**TASK DIRECTIONS**
Pull out of the data below the stretch of lines bounded by the one containing "#198=IFCINDEXEDPOLYGONALFACE((31,32,36,35));" and the one containing "#202=IFCINDEXEDPOLYGONALFACE((39,40,42,41));", both bounds included, unchanged.

**RECORDS FOR THE TASK**
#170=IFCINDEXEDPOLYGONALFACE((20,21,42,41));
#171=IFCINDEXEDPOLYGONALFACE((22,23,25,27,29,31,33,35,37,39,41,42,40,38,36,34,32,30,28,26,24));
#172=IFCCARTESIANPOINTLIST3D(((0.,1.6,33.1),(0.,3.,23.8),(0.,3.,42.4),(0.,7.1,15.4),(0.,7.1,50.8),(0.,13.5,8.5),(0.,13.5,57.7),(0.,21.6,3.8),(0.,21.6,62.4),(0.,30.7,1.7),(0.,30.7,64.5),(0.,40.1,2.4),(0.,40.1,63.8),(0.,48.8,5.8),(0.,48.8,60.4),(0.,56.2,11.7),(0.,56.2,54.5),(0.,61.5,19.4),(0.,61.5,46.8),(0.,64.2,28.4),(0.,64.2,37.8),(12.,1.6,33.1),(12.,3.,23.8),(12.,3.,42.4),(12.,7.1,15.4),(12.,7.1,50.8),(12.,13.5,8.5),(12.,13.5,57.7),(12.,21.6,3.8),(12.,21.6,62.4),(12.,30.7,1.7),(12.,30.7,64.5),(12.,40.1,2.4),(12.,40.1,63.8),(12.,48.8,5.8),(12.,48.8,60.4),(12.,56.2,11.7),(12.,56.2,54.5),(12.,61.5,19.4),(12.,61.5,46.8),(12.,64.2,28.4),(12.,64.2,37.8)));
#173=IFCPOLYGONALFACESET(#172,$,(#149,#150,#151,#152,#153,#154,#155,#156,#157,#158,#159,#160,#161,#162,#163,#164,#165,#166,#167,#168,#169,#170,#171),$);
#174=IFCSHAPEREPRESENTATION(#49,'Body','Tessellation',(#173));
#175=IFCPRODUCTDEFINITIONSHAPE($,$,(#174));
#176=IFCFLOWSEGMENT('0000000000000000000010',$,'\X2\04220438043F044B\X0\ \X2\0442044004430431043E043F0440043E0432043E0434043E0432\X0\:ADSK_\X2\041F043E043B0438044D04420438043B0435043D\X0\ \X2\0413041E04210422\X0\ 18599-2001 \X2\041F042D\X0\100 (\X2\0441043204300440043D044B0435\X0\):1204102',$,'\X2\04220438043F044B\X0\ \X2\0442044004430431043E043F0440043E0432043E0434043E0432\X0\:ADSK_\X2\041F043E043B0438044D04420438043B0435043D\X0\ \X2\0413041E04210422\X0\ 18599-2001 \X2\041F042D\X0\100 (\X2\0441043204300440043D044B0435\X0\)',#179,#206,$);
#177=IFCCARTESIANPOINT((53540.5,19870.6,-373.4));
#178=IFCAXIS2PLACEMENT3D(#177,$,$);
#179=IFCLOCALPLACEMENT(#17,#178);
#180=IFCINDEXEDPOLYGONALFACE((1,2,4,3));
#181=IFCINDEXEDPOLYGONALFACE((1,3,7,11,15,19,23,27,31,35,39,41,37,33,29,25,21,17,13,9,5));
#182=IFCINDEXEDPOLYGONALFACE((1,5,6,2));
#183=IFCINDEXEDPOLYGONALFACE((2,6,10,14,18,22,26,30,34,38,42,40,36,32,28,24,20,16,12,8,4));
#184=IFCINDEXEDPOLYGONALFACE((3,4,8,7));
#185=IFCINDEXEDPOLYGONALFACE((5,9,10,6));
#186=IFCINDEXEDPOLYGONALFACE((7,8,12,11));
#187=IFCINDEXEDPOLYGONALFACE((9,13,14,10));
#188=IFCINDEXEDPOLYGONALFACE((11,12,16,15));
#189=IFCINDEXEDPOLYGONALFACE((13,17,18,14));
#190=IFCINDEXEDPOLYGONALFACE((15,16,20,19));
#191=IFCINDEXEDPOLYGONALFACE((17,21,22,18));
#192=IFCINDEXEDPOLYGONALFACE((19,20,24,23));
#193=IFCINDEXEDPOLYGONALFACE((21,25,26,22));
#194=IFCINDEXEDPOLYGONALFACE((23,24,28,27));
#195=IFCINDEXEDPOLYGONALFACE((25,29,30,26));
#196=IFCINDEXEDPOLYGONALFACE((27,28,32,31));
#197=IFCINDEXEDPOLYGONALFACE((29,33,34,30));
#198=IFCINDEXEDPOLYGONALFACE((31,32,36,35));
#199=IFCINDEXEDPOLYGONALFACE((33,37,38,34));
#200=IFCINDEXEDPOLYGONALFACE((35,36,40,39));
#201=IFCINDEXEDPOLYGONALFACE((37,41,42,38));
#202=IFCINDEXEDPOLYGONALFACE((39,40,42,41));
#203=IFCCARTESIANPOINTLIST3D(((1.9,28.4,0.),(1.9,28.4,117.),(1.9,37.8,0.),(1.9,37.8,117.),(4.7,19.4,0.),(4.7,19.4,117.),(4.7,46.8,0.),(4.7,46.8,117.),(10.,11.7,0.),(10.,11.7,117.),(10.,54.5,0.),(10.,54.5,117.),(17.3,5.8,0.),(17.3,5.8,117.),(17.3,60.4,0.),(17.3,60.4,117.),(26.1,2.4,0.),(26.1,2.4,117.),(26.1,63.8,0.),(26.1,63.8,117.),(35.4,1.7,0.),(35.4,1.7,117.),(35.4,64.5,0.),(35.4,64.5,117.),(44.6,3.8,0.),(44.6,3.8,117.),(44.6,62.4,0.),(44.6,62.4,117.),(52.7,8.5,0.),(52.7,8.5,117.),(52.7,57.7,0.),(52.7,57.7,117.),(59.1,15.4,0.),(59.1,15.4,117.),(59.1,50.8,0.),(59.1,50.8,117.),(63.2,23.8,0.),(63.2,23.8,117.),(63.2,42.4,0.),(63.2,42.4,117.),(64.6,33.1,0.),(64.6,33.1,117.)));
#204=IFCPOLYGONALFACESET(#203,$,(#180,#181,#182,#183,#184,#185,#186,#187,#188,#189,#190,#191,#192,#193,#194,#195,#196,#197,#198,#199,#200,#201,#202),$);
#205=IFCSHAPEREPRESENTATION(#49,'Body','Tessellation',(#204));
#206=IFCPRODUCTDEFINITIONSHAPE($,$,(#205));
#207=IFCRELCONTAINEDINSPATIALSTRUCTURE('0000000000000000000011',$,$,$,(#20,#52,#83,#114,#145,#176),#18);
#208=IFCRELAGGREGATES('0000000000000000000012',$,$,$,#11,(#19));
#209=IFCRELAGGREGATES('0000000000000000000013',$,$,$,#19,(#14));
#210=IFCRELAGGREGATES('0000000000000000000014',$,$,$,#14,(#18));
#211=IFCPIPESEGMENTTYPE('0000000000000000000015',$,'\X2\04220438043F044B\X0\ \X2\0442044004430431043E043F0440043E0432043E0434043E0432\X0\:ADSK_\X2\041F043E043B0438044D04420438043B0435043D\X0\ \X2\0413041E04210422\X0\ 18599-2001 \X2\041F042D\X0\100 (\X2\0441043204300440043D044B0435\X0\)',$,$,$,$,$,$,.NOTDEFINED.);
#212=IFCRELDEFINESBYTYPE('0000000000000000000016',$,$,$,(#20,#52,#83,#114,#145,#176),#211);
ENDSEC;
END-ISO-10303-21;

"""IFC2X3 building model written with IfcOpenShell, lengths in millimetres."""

---

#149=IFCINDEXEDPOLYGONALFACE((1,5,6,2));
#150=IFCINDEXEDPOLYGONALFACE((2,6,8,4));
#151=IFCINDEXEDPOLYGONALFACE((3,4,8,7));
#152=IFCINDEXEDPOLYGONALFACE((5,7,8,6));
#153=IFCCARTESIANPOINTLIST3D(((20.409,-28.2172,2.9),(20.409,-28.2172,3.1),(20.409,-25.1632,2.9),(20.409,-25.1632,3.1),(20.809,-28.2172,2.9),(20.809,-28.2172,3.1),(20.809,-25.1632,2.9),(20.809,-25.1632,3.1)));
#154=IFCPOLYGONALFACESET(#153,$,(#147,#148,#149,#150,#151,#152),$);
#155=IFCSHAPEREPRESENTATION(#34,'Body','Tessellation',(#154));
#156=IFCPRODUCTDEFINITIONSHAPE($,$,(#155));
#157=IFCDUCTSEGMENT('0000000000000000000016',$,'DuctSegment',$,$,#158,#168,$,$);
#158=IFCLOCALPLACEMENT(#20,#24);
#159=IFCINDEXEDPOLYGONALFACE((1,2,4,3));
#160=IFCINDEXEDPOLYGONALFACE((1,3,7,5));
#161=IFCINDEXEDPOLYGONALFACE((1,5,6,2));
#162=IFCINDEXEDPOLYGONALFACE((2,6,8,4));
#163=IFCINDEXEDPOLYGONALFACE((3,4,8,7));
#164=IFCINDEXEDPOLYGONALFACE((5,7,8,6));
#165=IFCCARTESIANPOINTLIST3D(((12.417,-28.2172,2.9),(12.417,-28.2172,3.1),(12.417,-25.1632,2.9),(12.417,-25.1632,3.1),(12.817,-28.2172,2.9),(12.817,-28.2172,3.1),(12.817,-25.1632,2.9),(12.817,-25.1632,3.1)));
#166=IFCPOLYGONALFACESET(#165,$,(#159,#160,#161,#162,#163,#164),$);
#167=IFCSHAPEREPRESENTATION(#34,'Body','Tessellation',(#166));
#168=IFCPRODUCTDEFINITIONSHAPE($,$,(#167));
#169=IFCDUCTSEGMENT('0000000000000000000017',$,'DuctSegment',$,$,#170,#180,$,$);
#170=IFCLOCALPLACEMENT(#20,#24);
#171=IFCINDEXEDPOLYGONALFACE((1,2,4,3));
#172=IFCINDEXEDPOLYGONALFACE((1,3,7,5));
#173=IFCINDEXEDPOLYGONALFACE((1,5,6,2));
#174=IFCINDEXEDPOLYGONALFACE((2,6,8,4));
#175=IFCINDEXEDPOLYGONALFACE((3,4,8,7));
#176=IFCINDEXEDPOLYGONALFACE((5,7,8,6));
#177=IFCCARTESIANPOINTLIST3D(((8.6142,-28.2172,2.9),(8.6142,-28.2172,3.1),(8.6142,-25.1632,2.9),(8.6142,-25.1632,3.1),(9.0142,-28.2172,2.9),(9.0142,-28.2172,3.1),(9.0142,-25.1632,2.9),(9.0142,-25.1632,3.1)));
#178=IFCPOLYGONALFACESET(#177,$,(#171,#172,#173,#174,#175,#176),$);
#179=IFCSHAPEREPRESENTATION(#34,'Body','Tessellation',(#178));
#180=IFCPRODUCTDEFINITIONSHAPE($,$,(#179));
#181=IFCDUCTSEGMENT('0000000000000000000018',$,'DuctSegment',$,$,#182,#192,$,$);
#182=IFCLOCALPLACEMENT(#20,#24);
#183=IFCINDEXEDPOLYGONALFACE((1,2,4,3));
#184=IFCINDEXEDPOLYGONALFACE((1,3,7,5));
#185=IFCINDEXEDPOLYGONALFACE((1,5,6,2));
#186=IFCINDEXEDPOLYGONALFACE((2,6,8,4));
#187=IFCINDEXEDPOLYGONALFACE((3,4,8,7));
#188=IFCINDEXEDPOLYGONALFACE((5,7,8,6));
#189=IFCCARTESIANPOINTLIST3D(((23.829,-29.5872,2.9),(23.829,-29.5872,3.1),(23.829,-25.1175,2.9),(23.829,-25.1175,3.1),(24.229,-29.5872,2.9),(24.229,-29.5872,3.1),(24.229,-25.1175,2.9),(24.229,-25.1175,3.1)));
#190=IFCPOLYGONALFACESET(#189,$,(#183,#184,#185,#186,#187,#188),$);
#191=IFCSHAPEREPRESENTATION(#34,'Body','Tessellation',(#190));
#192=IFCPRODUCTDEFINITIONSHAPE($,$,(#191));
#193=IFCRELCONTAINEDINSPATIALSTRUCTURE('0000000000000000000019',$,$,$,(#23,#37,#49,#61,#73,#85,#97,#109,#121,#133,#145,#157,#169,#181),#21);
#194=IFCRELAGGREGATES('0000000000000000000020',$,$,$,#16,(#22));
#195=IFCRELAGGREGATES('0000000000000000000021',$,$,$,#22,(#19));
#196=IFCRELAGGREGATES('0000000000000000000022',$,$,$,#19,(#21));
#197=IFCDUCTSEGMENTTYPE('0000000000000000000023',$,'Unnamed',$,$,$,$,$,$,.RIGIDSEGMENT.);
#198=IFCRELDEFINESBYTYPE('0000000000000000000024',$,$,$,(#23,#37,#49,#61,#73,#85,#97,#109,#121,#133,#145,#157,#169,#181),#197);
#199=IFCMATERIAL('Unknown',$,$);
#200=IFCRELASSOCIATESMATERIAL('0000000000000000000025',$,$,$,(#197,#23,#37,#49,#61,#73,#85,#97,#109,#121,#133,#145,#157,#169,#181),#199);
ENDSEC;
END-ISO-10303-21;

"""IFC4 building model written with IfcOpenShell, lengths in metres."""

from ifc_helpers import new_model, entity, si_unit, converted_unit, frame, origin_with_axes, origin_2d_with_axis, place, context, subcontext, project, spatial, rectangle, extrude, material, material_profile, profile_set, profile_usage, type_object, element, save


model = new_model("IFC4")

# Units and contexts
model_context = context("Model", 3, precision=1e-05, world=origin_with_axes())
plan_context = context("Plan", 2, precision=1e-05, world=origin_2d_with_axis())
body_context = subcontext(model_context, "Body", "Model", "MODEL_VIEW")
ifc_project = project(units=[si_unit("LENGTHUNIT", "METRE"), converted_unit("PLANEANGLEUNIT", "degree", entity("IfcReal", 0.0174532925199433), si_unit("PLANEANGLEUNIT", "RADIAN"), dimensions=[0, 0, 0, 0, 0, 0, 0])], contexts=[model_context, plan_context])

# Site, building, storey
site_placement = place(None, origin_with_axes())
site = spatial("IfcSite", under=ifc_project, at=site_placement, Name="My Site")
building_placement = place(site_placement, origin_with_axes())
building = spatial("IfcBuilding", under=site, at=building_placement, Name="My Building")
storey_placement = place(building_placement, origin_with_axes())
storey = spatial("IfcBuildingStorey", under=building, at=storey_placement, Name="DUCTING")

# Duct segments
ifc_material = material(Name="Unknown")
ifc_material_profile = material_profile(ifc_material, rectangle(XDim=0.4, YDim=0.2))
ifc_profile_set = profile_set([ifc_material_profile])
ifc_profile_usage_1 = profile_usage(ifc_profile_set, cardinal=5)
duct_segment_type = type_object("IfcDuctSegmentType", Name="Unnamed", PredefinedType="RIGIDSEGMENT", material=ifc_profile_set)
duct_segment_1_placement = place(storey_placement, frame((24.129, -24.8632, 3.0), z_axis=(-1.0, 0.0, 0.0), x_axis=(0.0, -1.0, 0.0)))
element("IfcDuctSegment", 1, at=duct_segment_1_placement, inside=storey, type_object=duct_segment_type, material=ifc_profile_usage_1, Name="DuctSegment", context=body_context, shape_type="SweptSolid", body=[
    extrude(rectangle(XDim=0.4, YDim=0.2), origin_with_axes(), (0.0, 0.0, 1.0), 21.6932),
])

**SOLVED EXERCISE**
#198=IFCINDEXEDPOLYGONALFACE((31,32,36,35));
#199=IFCINDEXEDPOLYGONALFACE((33,37,38,34));
#200=IFCINDEXEDPOLYGONALFACE((35,36,40,39));
#201=IFCINDEXEDPOLYGONALFACE((37,41,42,38));
#202=IFCINDEXEDPOLYGONALFACE((39,40,42,41));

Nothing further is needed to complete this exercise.